Juanne Nancarrow Clarke

Social Science & Medicine, 2004, vol. 59, issue 3, 541-551

Abstract: This paper compares the portrayal of breast, testicular and prostate cancer in mass print English language magazines in the United States and Canada from 1996 to 2001. It is a follow-up of three papers that examined each of these three diseases separately in high circulating magazines up to 1995. It includes both quantitative and qualitative analyses of magazine stories and notes the continuing dominance of a medical perspective regarding disease as well as the association of each type of cancer examined with stereotypically individualized yet feminine and masculine characteristics and pursuits. It notes the conflation of breast cancer, since the discovery of BRCA1 and BRCA2, with the family.

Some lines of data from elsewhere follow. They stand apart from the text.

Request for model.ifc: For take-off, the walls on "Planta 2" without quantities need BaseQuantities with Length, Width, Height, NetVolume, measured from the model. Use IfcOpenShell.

First a look at what the model holds.

```python
import ifcopenshell
import ifcopenshell.util.element
import ifcopenshell.util.unit

model = ifcopenshell.open("model.ifc")
print(model.schema)
for unit_type in ("LENGTHUNIT", "AREAUNIT", "VOLUMEUNIT"):
    print(unit_type, ifcopenshell.util.unit.calculate_unit_scale(model, unit_type))
storey = next(s for s in model.by_type("IfcBuildingStorey") if s.Name == "Planta 2")
walls = [e for e in ifcopenshell.util.element.get_decomposition(storey) if e.is_a("IfcWall")]
for e in sorted(walls, key=lambda e: e.id()):
    print(e.id(), e.is_a(), e.Name, list(ifcopenshell.util.element.get_psets(e, qtos_only=True)), sep=" | ")
```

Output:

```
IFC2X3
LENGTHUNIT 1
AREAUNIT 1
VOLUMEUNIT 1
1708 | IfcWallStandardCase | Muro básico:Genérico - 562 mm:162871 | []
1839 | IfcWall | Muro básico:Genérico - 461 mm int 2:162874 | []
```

```python
import ifcopenshell
import ifcopenshell.api.pset
import ifcopenshell.geom
import ifcopenshell.util.element
import ifcopenshell.util.shape
import ifcopenshell.util.unit

model = ifcopenshell.open("model.ifc")
unit_scale = ifcopenshell.util.unit.calculate_unit_scale(model)
volume_scale = ifcopenshell.util.unit.calculate_unit_scale(model, "VOLUMEUNIT")
settings = ifcopenshell.geom.settings()

storey = next(s for s in model.by_type("IfcBuildingStorey") if s.Name == "Planta 2")
walls = [e for e in ifcopenshell.util.element.get_decomposition(storey) if e.is_a("IfcWall")]

for e in sorted(walls, key=lambda e: e.id()):
    if ifcopenshell.util.element.get_psets(e, qtos_only=True, should_inherit=False):
        continue
    # Geometry comes back in metres, in the element's own axes.
    shape = ifcopenshell.geom.create_shape(settings, e)
    values = {
        "Length": ifcopenshell.util.shape.get_x(shape.geometry) / unit_scale,
        "Width": ifcopenshell.util.shape.get_y(shape.geometry) / unit_scale,
        "Height": ifcopenshell.util.shape.get_z(shape.geometry) / unit_scale,
        "NetVolume": ifcopenshell.util.shape.get_volume(shape.geometry) / volume_scale,
    }
    qto = ifcopenshell.api.pset.add_qto(model, product=e, name="BaseQuantities")
    ifcopenshell.api.pset.edit_qto(model, qto=qto, properties=values)
    print(e.id(), {k: round(v, 3) for k, v in values.items()})

model.write("model_v2.ifc")
```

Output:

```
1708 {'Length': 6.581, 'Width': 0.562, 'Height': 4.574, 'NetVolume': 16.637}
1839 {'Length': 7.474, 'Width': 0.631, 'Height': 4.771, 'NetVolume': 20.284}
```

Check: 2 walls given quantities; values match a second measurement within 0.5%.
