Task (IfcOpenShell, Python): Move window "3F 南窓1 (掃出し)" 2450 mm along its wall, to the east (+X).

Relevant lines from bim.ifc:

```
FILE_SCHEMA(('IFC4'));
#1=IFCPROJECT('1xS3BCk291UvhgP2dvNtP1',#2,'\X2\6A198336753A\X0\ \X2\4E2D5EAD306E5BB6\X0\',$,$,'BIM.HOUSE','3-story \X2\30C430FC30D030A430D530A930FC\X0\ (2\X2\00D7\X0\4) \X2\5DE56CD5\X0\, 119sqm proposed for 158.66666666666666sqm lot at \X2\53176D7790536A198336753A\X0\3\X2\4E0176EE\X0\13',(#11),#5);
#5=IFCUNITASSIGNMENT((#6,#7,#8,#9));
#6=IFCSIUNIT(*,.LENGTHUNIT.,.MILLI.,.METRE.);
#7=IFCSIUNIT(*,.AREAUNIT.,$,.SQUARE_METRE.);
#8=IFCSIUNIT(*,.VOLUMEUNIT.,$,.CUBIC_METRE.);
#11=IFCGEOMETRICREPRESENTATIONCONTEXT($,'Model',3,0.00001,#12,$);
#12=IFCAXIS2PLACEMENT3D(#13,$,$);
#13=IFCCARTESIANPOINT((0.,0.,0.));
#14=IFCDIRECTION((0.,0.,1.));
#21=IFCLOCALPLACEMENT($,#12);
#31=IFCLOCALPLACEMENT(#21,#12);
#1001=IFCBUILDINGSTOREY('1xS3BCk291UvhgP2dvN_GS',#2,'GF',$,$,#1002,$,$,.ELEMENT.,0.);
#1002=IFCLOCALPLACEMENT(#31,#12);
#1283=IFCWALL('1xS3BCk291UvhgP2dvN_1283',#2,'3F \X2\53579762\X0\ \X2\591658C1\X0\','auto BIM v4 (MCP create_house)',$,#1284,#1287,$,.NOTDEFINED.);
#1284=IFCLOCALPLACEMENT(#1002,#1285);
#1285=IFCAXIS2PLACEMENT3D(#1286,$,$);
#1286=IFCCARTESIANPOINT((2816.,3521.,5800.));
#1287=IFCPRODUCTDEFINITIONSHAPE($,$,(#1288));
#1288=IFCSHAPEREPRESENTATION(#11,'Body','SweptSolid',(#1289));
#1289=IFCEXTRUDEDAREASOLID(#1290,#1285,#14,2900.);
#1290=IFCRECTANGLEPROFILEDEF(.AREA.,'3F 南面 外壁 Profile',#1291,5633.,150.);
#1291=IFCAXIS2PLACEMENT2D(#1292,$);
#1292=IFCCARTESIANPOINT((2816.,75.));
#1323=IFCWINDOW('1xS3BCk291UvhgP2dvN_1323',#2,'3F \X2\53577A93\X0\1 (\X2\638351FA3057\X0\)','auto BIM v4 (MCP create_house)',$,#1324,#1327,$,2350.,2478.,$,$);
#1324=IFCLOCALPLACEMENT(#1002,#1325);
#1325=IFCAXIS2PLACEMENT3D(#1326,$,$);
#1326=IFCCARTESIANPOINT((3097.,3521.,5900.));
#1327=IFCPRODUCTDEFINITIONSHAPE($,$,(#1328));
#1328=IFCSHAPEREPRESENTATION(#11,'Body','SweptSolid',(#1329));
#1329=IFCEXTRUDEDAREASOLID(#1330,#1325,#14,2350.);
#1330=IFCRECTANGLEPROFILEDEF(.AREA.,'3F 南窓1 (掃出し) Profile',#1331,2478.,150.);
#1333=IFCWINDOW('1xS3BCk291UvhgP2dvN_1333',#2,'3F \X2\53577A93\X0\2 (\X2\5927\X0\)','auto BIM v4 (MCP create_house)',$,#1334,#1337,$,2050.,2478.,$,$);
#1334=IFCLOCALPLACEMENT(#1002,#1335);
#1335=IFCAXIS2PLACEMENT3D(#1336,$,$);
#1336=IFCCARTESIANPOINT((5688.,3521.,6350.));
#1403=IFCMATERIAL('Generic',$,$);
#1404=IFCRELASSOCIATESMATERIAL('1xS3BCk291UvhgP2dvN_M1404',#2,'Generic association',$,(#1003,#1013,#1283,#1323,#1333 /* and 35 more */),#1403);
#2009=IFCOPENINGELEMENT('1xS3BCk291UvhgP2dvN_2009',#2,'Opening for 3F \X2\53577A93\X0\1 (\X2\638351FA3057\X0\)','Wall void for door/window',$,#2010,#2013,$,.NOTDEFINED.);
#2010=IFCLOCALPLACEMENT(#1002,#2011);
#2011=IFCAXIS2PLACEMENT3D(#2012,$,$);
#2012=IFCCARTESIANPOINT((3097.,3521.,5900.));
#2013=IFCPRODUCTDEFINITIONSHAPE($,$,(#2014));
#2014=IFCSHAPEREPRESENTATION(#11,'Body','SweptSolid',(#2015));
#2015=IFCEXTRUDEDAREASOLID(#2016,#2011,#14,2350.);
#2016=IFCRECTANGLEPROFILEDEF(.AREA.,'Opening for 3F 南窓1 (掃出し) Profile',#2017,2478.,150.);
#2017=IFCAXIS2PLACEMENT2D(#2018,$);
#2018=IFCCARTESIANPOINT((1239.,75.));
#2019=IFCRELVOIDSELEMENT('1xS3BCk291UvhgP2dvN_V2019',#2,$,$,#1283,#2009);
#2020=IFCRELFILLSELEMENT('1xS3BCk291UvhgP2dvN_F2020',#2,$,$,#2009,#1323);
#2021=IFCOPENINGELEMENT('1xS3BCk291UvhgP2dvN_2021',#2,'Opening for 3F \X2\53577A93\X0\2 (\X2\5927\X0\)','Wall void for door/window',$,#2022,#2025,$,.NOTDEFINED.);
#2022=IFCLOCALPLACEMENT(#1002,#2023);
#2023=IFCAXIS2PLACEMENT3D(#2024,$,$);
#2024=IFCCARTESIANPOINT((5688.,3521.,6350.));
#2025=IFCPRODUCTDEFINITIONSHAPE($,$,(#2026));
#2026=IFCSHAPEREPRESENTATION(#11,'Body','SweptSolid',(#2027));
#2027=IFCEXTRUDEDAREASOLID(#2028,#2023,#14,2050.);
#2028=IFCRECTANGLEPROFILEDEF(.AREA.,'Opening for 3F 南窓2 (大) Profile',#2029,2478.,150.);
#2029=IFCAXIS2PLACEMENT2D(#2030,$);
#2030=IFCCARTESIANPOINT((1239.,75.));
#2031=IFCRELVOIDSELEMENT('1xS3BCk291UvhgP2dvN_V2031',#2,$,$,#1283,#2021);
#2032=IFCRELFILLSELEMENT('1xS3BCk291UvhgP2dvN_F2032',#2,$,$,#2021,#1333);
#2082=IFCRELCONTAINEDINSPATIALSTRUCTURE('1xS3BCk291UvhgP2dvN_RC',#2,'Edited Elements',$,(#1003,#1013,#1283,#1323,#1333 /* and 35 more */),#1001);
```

```python
import ifcopenshell
import ifcopenshell.api.geometry
import ifcopenshell.util.placement

model = ifcopenshell.open("bim.ifc")

window = model.by_id(1323)
opening = window.FillsVoids[0].RelatingOpeningElement
wall = opening.VoidsElements[0].RelatingBuildingElement

wall_matrix = ifcopenshell.util.placement.get_local_placement(wall.ObjectPlacement)
shift = wall_matrix[:3, 0] * 2450.0
before = ifcopenshell.util.placement.get_local_placement(window.ObjectPlacement)[:3, 3].copy()

# The window is not placed relative to its opening, so move both.
for product in (opening, window):
    matrix = ifcopenshell.util.placement.get_local_placement(product.ObjectPlacement)
    matrix[:3, 3] += shift
    ifcopenshell.api.geometry.edit_object_placement(model, product=product, matrix=matrix, is_si=False)

after = ifcopenshell.util.placement.get_local_placement(window.ObjectPlacement)[:3, 3]
print("window moved by", (after - before).round(3) + 0.0)

model.write("bim_edited.ifc")
```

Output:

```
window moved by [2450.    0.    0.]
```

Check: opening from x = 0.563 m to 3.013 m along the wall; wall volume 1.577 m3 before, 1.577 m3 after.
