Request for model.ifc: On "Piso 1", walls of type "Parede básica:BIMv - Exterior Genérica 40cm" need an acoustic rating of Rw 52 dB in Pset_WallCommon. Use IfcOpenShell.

First a look at what the model holds.

```python
import ifcopenshell
import ifcopenshell.util.element

model = ifcopenshell.open("model.ifc")
print(model.schema)
storey = next(s for s in model.by_type("IfcBuildingStorey") if s.Name == "Piso 1")
walls = [e for e in ifcopenshell.util.element.get_decomposition(storey) if e.is_a("IfcWall")]
seen = {}
for e in walls:
    element_type = ifcopenshell.util.element.get_type(e)
    key = (element_type.Name if element_type != e and element_type else None, ifcopenshell.util.element.get_pset(e, "Pset_WallCommon", "AcousticRating"))
    seen[key] = seen.get(key, 0) + 1
for (name, value), count in sorted(seen.items(), key=str):
    print(count, "x", name, "|", value)
```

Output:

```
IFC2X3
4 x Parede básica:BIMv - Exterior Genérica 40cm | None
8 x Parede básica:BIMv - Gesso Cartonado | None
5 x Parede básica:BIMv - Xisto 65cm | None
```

```python
import ifcopenshell
import ifcopenshell.api.pset
import ifcopenshell.util.element

model = ifcopenshell.open("model.ifc")

storey = next(s for s in model.by_type("IfcBuildingStorey") if s.Name == "Piso 1")
walls = [e for e in ifcopenshell.util.element.get_decomposition(storey) if e.is_a("IfcWall")]

count = 0
for e in walls:
    element_type = ifcopenshell.util.element.get_type(e)
    if element_type in (None, e) or element_type.Name != "Parede básica:BIMv - Exterior Genérica 40cm":
        continue
    # add_pset returns the element's existing set when there is one.
    pset = ifcopenshell.api.pset.add_pset(model, product=e, name="Pset_WallCommon")
    ifcopenshell.api.pset.edit_pset(model, pset=pset, properties={"AcousticRating": "Rw 52 dB"})
    count += 1

print(count, "walls updated")

model.write("model_v2.ifc")
```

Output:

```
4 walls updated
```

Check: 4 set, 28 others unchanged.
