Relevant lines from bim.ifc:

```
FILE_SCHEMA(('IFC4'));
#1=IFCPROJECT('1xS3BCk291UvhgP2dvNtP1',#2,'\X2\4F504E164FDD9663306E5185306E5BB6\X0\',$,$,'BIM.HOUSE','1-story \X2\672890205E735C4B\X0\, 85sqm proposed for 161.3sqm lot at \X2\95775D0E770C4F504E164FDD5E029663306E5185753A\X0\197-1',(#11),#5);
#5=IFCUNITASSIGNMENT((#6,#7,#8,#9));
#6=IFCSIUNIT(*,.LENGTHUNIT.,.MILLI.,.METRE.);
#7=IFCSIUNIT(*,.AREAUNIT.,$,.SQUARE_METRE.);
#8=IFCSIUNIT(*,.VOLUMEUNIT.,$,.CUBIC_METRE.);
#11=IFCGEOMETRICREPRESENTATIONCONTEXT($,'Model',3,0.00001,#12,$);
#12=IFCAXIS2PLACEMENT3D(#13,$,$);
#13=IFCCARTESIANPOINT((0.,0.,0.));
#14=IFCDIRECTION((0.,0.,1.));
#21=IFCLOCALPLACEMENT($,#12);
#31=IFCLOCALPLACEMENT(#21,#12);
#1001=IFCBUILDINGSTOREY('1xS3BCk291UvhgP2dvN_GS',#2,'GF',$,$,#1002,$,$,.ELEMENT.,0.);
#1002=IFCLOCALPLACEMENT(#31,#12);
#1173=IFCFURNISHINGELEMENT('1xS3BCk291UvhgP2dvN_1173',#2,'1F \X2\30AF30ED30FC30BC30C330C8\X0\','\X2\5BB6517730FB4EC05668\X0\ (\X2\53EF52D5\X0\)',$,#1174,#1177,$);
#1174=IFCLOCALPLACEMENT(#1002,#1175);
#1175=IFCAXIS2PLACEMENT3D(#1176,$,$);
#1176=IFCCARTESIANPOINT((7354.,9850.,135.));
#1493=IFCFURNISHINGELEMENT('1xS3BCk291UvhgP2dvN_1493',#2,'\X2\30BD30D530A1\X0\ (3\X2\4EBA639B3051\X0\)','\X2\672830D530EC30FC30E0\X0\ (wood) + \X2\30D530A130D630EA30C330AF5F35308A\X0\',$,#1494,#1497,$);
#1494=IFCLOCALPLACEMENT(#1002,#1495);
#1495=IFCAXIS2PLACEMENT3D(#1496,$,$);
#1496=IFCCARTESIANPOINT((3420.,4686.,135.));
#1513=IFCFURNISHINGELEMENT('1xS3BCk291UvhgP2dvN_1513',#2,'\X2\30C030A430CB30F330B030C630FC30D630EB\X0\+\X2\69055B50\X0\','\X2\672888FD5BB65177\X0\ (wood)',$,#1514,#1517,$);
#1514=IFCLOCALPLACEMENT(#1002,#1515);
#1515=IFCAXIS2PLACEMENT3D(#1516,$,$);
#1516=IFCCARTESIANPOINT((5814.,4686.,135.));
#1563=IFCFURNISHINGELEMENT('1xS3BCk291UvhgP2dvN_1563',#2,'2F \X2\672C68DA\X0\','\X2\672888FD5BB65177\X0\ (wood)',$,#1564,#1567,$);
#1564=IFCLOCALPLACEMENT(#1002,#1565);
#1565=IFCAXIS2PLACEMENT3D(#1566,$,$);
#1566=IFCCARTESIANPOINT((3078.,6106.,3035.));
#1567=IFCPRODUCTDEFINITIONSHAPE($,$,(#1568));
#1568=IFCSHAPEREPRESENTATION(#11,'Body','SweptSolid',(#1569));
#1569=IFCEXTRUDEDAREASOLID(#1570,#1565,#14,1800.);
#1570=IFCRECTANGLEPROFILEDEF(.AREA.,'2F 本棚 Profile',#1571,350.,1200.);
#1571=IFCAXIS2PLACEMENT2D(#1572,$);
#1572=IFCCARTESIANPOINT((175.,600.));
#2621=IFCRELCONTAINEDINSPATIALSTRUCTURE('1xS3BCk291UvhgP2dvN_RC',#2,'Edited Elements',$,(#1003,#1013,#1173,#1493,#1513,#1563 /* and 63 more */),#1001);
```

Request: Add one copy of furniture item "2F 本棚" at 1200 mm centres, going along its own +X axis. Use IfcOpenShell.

```python
import ifcopenshell
import ifcopenshell.api.geometry
import ifcopenshell.api.root
import ifcopenshell.util.element
import ifcopenshell.util.placement
import ifcopenshell.util.unit

model = ifcopenshell.open("bim.ifc")
unit_scale = ifcopenshell.util.unit.calculate_unit_scale(model)


def reuse_history(source, copy):
    """copy_class also copies each property set's owner history, people and application; keep the originals."""
    for rel in copy.IsDefinedBy:
        if rel.is_a("IfcRelDefinesByProperties") and (history := rel.RelatingPropertyDefinition.OwnerHistory):
            rel.RelatingPropertyDefinition.OwnerHistory = source.OwnerHistory
            ifcopenshell.util.element.remove_deep2(model, history)


source = model.by_guid("1xS3BCk291UvhgP2dvN_1563")
base = ifcopenshell.util.placement.get_local_placement(source.ObjectPlacement)
step = base[:3, 0] * 1.2 / unit_scale

for i in range(1, 2):
    copy = ifcopenshell.api.root.copy_class(model, product=source)
    copy.Representation = ifcopenshell.util.element.copy_deep(
        model, source.Representation, exclude=["IfcGeometricRepresentationContext", "IfcRepresentationMap"]
    )
    reuse_history(source, copy)
    matrix = base.copy()
    matrix[:3, 3] += i * step
    print("added at", matrix[:3, 3].round(3) + 0.0)
    ifcopenshell.api.geometry.edit_object_placement(model, product=copy, matrix=matrix, is_si=False)

model.write("bim_rev.ifc")
```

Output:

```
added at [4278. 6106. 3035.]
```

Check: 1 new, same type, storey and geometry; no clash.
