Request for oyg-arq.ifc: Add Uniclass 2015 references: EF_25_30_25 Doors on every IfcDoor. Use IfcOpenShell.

First a look at what the model holds.

```python
import ifcopenshell

model = ifcopenshell.open("oyg-arq.ifc")
print(model.schema)
print("classifications:", [c.Name for c in model.by_type("IfcClassification")])
for ifc_class in ("IfcDoor", "IfcRoof", "IfcStair", "IfcWall", "IfcWindow"):
    print(ifc_class, len(model.by_type(ifc_class)))
```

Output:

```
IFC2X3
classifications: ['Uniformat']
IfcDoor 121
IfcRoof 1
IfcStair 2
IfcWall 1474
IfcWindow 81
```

```python
import ifcopenshell
import ifcopenshell.api.classification

model = ifcopenshell.open("oyg-arq.ifc")

# IFC2X3 requires Source and Edition and has no link from the project to the system.
system = model.create_entity("IfcClassification", Source="NBS", Edition="2015", Name="Uniclass 2015")

codes = {
    "IfcDoor": ("EF_25_30_25", "Doors"),
}
for ifc_class, (code, name) in codes.items():
    products = model.by_type(ifc_class)
    ifcopenshell.api.classification.add_reference(
        model, products=products, classification=system, identification=code, name=name
    )
    print(code, len(products))

model.write("oyg-arq_edited.ifc")
```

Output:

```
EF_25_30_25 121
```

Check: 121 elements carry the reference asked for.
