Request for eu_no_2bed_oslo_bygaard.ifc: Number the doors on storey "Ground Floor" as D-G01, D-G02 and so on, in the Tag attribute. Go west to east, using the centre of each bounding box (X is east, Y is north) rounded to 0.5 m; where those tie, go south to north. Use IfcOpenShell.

First a look at what the model holds.

```python
import ifcopenshell
import ifcopenshell.util.element
import ifcopenshell.util.placement

model = ifcopenshell.open("eu_no_2bed_oslo_bygaard.ifc")
print(model.schema)
storey = next(s for s in model.by_type("IfcBuildingStorey") if s.Name == "Ground Floor")
doors = [e for e in ifcopenshell.util.element.get_decomposition(storey) if e.is_a("IfcDoor")]
for e in sorted(doors, key=lambda e: e.id()):
    origin = ifcopenshell.util.placement.get_local_placement(e.ObjectPlacement)[:3, 3]
    print(e.id(), e.Tag, e.Name, origin.round(2) + 0.0, sep=" | ")
```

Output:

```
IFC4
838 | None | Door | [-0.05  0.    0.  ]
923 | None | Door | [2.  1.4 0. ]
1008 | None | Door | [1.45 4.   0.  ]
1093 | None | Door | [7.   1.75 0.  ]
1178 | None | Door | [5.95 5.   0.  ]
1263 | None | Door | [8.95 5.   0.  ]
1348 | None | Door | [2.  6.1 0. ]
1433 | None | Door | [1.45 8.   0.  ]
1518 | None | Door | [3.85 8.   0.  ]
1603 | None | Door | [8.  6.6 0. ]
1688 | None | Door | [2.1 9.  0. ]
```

```python
import ifcopenshell
import ifcopenshell.geom
import ifcopenshell.util.element
import ifcopenshell.util.shape

model = ifcopenshell.open("eu_no_2bed_oslo_bygaard.ifc")
settings = ifcopenshell.geom.settings()
settings.set("use-world-coords", True)


def centre(element):
    shape = ifcopenshell.geom.create_shape(settings, element)
    return ifcopenshell.util.shape.get_bbox_centroid(shape.geometry)


storey = next(s for s in model.by_type("IfcBuildingStorey") if s.Name == "Ground Floor")
doors = [e for e in ifcopenshell.util.element.get_decomposition(storey) if e.is_a("IfcDoor")]

# Insertion points can sit at a corner or the storey origin, so sort by the geometry (in metres).
centres = {e: centre(e) for e in doors}
doors.sort(key=lambda e: (round(centres[e][0] / 0.5), centres[e][1]))

for i, e in enumerate(doors, start=1):
    number = f"D-G{i:02d}"
    e.Tag = number
    print(e.id(), number)

model.write("eu_no_2bed_oslo_bygaard_edited.ifc")
```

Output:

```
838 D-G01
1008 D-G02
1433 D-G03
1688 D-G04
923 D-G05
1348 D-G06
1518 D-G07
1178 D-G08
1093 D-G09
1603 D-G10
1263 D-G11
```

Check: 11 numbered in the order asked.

To be a 'feminine' woman is to be vulnerable to breast cancer and to be a 'masculine' man is to be vulnerable to testicular cancer when young and prostate cancer when older. The association of disease not just with personhood but also with the specifics of stereotyped masculinity and femininity may construct a more intimate, more personal link between disease and identity. This close attachment of gender and disease may shore up and exacerbate a fear reaction. It may also serve to diminish the awareness of other, more prevalent, causes of death for men and women. The social control consequences of potentially exacerbated disease-specific fear are discussed.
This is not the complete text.